The following day, January 31, further activity was reported. Bonner sold 7,001 shares at $176.90 for proceeds of $1,238,476 and disposed of an additional 661 shares at $176.90 for $116,930. Also on January 31, Bonner received shares through equity compensation: 7,001 shares and 1,679 shares were delivered via Restricted Stock Units.


Plan details and market context

The share sales were executed under a Rule 10b5-1 trading plan that Bonner established on February 24, 2025. At the time of the reported transactions, Chevron's stock was trading at $178.04, close to a 52-week high of $178.82, and the shares have returned 21.59% over the trailing 12 months.

Separately, a professional research analysis included with the company data flagged Chevron as currently undervalued and assigned the company an overall financial health score described as "GREAT." Chevron's dividend record was also noted: the company has increased its dividend for 38 consecutive years and offers a yield of 4%.

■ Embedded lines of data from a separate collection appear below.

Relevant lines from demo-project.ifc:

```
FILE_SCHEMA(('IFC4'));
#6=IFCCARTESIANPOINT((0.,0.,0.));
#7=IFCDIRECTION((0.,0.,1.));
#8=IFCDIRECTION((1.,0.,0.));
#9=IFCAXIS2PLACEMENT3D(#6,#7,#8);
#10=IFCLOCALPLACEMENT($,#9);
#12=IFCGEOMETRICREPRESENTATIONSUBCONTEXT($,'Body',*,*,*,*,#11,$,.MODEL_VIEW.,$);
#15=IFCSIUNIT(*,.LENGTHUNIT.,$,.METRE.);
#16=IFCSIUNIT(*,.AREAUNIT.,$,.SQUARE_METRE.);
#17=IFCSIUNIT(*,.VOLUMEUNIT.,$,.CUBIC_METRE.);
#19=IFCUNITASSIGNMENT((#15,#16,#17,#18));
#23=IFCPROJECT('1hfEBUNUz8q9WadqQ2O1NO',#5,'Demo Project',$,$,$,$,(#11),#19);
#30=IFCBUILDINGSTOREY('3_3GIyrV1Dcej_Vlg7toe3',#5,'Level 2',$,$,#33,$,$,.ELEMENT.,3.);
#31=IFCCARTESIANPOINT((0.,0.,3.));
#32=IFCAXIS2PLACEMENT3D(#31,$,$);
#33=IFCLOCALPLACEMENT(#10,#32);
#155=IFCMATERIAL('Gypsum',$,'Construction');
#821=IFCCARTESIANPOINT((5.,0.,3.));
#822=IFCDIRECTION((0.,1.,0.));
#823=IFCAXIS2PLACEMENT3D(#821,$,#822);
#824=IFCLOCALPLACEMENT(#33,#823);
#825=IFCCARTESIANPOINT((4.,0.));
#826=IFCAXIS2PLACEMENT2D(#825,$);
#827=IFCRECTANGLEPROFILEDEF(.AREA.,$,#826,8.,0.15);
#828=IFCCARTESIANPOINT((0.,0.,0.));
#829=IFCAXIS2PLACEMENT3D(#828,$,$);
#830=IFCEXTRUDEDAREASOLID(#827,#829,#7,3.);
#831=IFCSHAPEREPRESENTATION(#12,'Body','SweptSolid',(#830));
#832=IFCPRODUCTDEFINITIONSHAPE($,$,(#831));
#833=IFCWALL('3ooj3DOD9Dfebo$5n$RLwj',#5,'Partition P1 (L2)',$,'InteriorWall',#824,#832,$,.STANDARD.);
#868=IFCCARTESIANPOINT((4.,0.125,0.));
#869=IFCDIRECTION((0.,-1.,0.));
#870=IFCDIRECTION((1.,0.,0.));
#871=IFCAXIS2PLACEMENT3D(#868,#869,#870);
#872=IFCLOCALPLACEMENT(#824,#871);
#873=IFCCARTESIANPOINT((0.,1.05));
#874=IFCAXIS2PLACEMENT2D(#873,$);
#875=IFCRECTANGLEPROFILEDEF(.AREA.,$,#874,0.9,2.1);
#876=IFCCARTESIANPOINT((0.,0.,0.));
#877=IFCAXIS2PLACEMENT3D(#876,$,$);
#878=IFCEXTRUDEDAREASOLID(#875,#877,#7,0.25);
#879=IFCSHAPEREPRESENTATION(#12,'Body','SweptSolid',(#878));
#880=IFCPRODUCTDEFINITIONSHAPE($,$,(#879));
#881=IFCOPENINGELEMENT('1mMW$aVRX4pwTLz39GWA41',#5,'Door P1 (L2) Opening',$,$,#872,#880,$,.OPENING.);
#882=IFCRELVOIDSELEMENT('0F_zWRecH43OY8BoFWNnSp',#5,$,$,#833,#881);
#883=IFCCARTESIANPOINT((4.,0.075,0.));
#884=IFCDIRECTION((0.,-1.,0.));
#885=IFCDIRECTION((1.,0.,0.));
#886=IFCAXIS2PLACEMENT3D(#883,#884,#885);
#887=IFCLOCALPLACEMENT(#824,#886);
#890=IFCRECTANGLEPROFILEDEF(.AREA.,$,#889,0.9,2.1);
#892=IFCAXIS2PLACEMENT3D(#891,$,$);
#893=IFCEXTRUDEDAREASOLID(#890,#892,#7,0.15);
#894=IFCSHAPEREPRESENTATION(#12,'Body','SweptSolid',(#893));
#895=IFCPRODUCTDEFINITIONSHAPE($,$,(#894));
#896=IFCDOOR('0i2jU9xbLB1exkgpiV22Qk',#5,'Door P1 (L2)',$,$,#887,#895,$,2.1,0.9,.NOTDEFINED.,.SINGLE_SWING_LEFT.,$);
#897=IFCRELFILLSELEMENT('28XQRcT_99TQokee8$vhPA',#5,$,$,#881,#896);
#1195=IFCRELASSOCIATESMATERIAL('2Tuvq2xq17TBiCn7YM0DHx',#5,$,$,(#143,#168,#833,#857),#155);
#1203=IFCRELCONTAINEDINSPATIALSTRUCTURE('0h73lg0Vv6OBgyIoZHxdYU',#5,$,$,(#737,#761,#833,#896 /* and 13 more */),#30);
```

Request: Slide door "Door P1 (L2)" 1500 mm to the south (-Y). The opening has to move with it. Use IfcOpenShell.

```python
import ifcopenshell
import ifcopenshell.api.geometry
import ifcopenshell.util.placement

model = ifcopenshell.open("demo-project.ifc")

door = model.by_guid("0i2jU9xbLB1exkgpiV22Qk")
opening = door.FillsVoids[0].RelatingOpeningElement
wall = opening.VoidsElements[0].RelatingBuildingElement

wall_matrix = ifcopenshell.util.placement.get_local_placement(wall.ObjectPlacement)
shift = wall_matrix[:3, 0] * -1.5
before = ifcopenshell.util.placement.get_local_placement(door.ObjectPlacement)[:3, 3].copy()

# The door is not placed relative to its opening, so move both.
for product in (opening, door):
    matrix = ifcopenshell.util.placement.get_local_placement(product.ObjectPlacement)
    matrix[:3, 3] += shift
    ifcopenshell.api.geometry.edit_object_placement(model, product=product, matrix=matrix, is_si=False)

after = ifcopenshell.util.placement.get_local_placement(door.ObjectPlacement)[:3, 3]
print("door moved by", (after - before).round(3) + 0.0)

model.write("demo-project_rev.ifc")
```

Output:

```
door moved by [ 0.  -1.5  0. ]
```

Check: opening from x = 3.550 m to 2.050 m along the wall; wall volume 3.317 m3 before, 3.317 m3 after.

Analyst moves and company outlook

Several large financial firms have recently updated their views on Chevron. BMO Capital raised its price target to $190, citing stronger-than-expected fourth-quarter results and a favorable outlook toward 2030 that anticipates growth in production, earnings, and free cash flow. JPMorgan lifted its price target to $181 and highlighted anticipated cost savings from the recent HES merger, projecting $3-4 billion in annual savings by 2026. HSBC moved in a different direction on recommendation, downgrading Chevron from Buy to Hold, while raising its price target to $180 and acknowledging the company’s cash flow growth and financial discipline.


Sector developments

Beyond company-specific coverage, policy shifts in the oil sector were reported that could influence market dynamics. U.S. authorities are reportedly preparing to issue a general license that would permit oil and gas production in Venezuela. That potential policy change has already prompted activity by market participants, with Mercuria Energy Group Ltd. engaging Venezuela’s state oil company PDVSA to explore oil purchases.


Takeaway

The filings show coordinated option exercise and share sales by Chevron’s CFO under an established trading plan, producing substantial gross proceeds while also increasing her holdings via option exercise and equity deliveries. The transactions occurred against a backdrop of near-term analyst revisions to price targets, company commentary on cost savings following a merger, and emerging geopolitical policy shifts affecting Venezuelan production. The firm’s long-running dividend streak and a professional analysis that labels Chevron undervalued with strong financial health were also highlighted in the filings and market updates.

Risks

  • Analyst outlooks diverge - while some firms raised price targets and highlighted cost savings and growth potential, one major bank downgraded the stock to Hold, reflecting differing views that could influence investor sentiment and market valuation - this affects equity investors and financial markets.
  • Geopolitical and policy uncertainty - a potential U.S. general license to allow oil and gas production in Venezuela introduces uncertainty for supply dynamics and could influence global oil markets and company supply assumptions - this impacts the broader energy sector and commodity markets.
  • Insider transactions under a Rule 10b5-1 plan may limit immediate inference about management’s forward-looking views since sales were executed pursuant to a pre-set plan adopted in February 2025 - this affects those seeking directional signals from insider activity.